**Material for this task**.
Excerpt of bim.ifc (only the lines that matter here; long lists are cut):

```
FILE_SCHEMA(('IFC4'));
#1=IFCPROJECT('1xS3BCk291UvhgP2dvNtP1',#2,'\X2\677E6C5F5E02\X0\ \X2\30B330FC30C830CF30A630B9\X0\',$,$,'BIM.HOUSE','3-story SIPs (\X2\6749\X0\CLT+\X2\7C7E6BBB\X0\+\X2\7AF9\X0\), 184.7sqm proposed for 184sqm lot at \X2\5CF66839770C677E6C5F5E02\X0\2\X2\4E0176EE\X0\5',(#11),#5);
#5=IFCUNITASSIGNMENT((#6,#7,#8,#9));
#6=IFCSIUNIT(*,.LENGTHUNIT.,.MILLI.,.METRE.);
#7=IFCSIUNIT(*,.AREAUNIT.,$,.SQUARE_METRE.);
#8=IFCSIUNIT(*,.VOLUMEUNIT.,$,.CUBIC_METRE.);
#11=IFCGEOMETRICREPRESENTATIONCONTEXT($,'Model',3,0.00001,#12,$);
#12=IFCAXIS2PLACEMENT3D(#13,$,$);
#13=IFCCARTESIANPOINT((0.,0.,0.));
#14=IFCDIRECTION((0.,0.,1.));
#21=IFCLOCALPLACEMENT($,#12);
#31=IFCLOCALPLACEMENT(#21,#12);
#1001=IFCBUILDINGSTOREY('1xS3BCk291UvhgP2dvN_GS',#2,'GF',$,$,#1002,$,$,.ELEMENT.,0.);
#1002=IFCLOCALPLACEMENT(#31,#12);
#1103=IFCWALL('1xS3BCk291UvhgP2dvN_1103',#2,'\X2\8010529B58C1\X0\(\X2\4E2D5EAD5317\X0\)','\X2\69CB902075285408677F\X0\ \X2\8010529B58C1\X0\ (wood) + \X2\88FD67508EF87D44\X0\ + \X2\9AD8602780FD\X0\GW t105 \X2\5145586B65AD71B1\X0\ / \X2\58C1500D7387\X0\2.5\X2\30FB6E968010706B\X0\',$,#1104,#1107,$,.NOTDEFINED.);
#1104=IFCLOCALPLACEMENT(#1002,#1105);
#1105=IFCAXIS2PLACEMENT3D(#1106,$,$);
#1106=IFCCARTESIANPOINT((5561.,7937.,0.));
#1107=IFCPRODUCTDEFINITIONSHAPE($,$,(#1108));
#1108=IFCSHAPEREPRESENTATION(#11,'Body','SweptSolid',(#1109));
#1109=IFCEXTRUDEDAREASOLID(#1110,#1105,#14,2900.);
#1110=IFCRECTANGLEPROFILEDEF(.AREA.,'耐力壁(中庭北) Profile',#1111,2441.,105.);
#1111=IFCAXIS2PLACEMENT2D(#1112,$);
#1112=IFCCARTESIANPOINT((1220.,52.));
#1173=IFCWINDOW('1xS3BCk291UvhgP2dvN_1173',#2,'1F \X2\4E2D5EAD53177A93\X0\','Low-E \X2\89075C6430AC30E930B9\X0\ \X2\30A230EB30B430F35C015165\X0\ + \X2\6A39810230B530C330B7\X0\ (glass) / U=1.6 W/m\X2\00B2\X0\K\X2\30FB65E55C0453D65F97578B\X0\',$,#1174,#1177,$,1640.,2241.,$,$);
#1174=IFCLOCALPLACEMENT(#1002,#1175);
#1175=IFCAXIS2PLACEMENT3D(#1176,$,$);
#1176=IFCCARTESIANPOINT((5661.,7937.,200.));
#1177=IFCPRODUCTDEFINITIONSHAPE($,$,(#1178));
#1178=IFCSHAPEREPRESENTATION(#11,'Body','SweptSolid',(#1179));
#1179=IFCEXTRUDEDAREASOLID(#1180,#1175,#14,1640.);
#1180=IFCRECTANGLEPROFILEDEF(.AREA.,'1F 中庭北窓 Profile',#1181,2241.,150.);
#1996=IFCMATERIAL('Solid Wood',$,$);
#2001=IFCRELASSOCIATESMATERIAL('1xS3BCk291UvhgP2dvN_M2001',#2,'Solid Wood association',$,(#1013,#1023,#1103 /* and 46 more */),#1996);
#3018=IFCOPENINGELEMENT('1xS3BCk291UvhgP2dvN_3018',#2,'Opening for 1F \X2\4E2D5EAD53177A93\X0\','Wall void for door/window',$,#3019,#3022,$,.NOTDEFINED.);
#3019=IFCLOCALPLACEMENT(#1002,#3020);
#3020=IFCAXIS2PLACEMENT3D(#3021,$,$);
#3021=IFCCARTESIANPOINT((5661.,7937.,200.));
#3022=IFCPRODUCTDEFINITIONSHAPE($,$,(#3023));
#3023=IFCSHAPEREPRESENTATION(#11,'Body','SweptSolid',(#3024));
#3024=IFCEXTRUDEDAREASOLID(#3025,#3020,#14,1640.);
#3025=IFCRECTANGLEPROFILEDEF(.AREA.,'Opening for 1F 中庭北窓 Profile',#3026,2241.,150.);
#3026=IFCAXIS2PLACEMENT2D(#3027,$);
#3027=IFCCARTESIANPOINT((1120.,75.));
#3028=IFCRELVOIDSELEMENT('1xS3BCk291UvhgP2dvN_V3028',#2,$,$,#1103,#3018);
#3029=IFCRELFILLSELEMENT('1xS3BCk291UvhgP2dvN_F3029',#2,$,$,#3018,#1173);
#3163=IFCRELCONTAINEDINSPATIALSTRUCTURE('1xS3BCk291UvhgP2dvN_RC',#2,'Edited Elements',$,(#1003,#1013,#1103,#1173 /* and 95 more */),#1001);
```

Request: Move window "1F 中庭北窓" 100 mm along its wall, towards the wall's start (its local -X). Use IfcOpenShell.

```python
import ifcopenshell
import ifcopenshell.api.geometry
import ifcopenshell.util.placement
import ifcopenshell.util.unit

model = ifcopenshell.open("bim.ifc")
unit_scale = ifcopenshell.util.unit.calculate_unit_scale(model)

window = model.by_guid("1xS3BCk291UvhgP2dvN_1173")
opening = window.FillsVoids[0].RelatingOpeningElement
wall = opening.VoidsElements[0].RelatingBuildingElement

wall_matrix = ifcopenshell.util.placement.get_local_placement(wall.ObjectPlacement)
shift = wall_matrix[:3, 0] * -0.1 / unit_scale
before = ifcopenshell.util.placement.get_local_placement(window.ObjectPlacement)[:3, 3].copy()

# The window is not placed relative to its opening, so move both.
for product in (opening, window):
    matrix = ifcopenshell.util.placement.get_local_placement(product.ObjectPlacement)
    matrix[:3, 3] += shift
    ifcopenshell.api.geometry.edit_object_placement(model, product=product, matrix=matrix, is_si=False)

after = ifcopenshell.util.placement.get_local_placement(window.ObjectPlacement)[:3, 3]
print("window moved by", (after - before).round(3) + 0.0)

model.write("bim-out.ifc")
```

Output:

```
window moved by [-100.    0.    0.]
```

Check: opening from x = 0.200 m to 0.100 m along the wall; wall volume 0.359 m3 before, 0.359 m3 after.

**What you need to do**.
Exactly as shown above, return every record.

**Result below**.
Excerpt of bim.ifc (only the lines that matter here; long lists are cut):

```
FILE_SCHEMA(('IFC4'));
#1=IFCPROJECT('1xS3BCk291UvhgP2dvNtP1',#2,'\X2\677E6C5F5E02\X0\ \X2\30B330FC30C830CF30A630B9\X0\',$,$,'BIM.HOUSE','3-story SIPs (\X2\6749\X0\CLT+\X2\7C7E6BBB\X0\+\X2\7AF9\X0\), 184.7sqm proposed for 184sqm lot at \X2\5CF66839770C677E6C5F5E02\X0\2\X2\4E0176EE\X0\5',(#11),#5);
#5=IFCUNITASSIGNMENT((#6,#7,#8,#9));
#6=IFCSIUNIT(*,.LENGTHUNIT.,.MILLI.,.METRE.);
#7=IFCSIUNIT(*,.AREAUNIT.,$,.SQUARE_METRE.);
#8=IFCSIUNIT(*,.VOLUMEUNIT.,$,.CUBIC_METRE.);
#11=IFCGEOMETRICREPRESENTATIONCONTEXT($,'Model',3,0.00001,#12,$);
#12=IFCAXIS2PLACEMENT3D(#13,$,$);
#13=IFCCARTESIANPOINT((0.,0.,0.));
#14=IFCDIRECTION((0.,0.,1.));
#21=IFCLOCALPLACEMENT($,#12);
#31=IFCLOCALPLACEMENT(#21,#12);
#1001=IFCBUILDINGSTOREY('1xS3BCk291UvhgP2dvN_GS',#2,'GF',$,$,#1002,$,$,.ELEMENT.,0.);
#1002=IFCLOCALPLACEMENT(#31,#12);
#1103=IFCWALL('1xS3BCk291UvhgP2dvN_1103',#2,'\X2\8010529B58C1\X0\(\X2\4E2D5EAD5317\X0\)','\X2\69CB902075285408677F\X0\ \X2\8010529B58C1\X0\ (wood) + \X2\88FD67508EF87D44\X0\ + \X2\9AD8602780FD\X0\GW t105 \X2\5145586B65AD71B1\X0\ / \X2\58C1500D7387\X0\2.5\X2\30FB6E968010706B\X0\',$,#1104,#1107,$,.NOTDEFINED.);
#1104=IFCLOCALPLACEMENT(#1002,#1105);
#1105=IFCAXIS2PLACEMENT3D(#1106,$,$);
#1106=IFCCARTESIANPOINT((5561.,7937.,0.));
#1107=IFCPRODUCTDEFINITIONSHAPE($,$,(#1108));
#1108=IFCSHAPEREPRESENTATION(#11,'Body','SweptSolid',(#1109));
#1109=IFCEXTRUDEDAREASOLID(#1110,#1105,#14,2900.);
#1110=IFCRECTANGLEPROFILEDEF(.AREA.,'耐力壁(中庭北) Profile',#1111,2441.,105.);
#1111=IFCAXIS2PLACEMENT2D(#1112,$);
#1112=IFCCARTESIANPOINT((1220.,52.));
#1173=IFCWINDOW('1xS3BCk291UvhgP2dvN_1173',#2,'1F \X2\4E2D5EAD53177A93\X0\','Low-E \X2\89075C6430AC30E930B9\X0\ \X2\30A230EB30B430F35C015165\X0\ + \X2\6A39810230B530C330B7\X0\ (glass) / U=1.6 W/m\X2\00B2\X0\K\X2\30FB65E55C0453D65F97578B\X0\',$,#1174,#1177,$,1640.,2241.,$,$);
#1174=IFCLOCALPLACEMENT(#1002,#1175);
#1175=IFCAXIS2PLACEMENT3D(#1176,$,$);
#1176=IFCCARTESIANPOINT((5661.,7937.,200.));
#1177=IFCPRODUCTDEFINITIONSHAPE($,$,(#1178));
#1178=IFCSHAPEREPRESENTATION(#11,'Body','SweptSolid',(#1179));
#1179=IFCEXTRUDEDAREASOLID(#1180,#1175,#14,1640.);
#1180=IFCRECTANGLEPROFILEDEF(.AREA.,'1F 中庭北窓 Profile',#1181,2241.,150.);
#1996=IFCMATERIAL('Solid Wood',$,$);
#2001=IFCRELASSOCIATESMATERIAL('1xS3BCk291UvhgP2dvN_M2001',#2,'Solid Wood association',$,(#1013,#1023,#1103 /* and 46 more */),#1996);
#3018=IFCOPENINGELEMENT('1xS3BCk291UvhgP2dvN_3018',#2,'Opening for 1F \X2\4E2D5EAD53177A93\X0\','Wall void for door/window',$,#3019,#3022,$,.NOTDEFINED.);
#3019=IFCLOCALPLACEMENT(#1002,#3020);
#3020=IFCAXIS2PLACEMENT3D(#3021,$,$);
#3021=IFCCARTESIANPOINT((5661.,7937.,200.));
#3022=IFCPRODUCTDEFINITIONSHAPE($,$,(#3023));
#3023=IFCSHAPEREPRESENTATION(#11,'Body','SweptSolid',(#3024));
#3024=IFCEXTRUDEDAREASOLID(#3025,#3020,#14,1640.);
#3025=IFCRECTANGLEPROFILEDEF(.AREA.,'Opening for 1F 中庭北窓 Profile',#3026,2241.,150.);
#3026=IFCAXIS2PLACEMENT2D(#3027,$);
#3027=IFCCARTESIANPOINT((1120.,75.));
#3028=IFCRELVOIDSELEMENT('1xS3BCk291UvhgP2dvN_V3028',#2,$,$,#1103,#3018);
#3029=IFCRELFILLSELEMENT('1xS3BCk291UvhgP2dvN_F3029',#2,$,$,#3018,#1173);
#3163=IFCRELCONTAINEDINSPATIALSTRUCTURE('1xS3BCk291UvhgP2dvN_RC',#2,'Edited Elements',$,(#1003,#1013,#1103,#1173 /* and 95 more */),#1001);
```

Request: Move window "1F 中庭北窓" 100 mm along its wall, towards the wall's start (its local -X). Use IfcOpenShell.

```python
import ifcopenshell
import ifcopenshell.api.geometry
import ifcopenshell.util.placement
import ifcopenshell.util.unit

model = ifcopenshell.open("bim.ifc")
unit_scale = ifcopenshell.util.unit.calculate_unit_scale(model)

window = model.by_guid("1xS3BCk291UvhgP2dvN_1173")
opening = window.FillsVoids[0].RelatingOpeningElement
wall = opening.VoidsElements[0].RelatingBuildingElement

wall_matrix = ifcopenshell.util.placement.get_local_placement(wall.ObjectPlacement)
shift = wall_matrix[:3, 0] * -0.1 / unit_scale
before = ifcopenshell.util.placement.get_local_placement(window.ObjectPlacement)[:3, 3].copy()

# The window is not placed relative to its opening, so move both.
for product in (opening, window):
    matrix = ifcopenshell.util.placement.get_local_placement(product.ObjectPlacement)
    matrix[:3, 3] += shift
    ifcopenshell.api.geometry.edit_object_placement(model, product=product, matrix=matrix, is_si=False)

after = ifcopenshell.util.placement.get_local_placement(window.ObjectPlacement)[:3, 3]
print("window moved by", (after - before).round(3) + 0.0)

model.write("bim-out.ifc")
```

Output:

```
window moved by [-100.    0.    0.]
```

Check: opening from x = 0.200 m to 0.100 m along the wall; wall volume 0.359 m3 before, 0.359 m3 after.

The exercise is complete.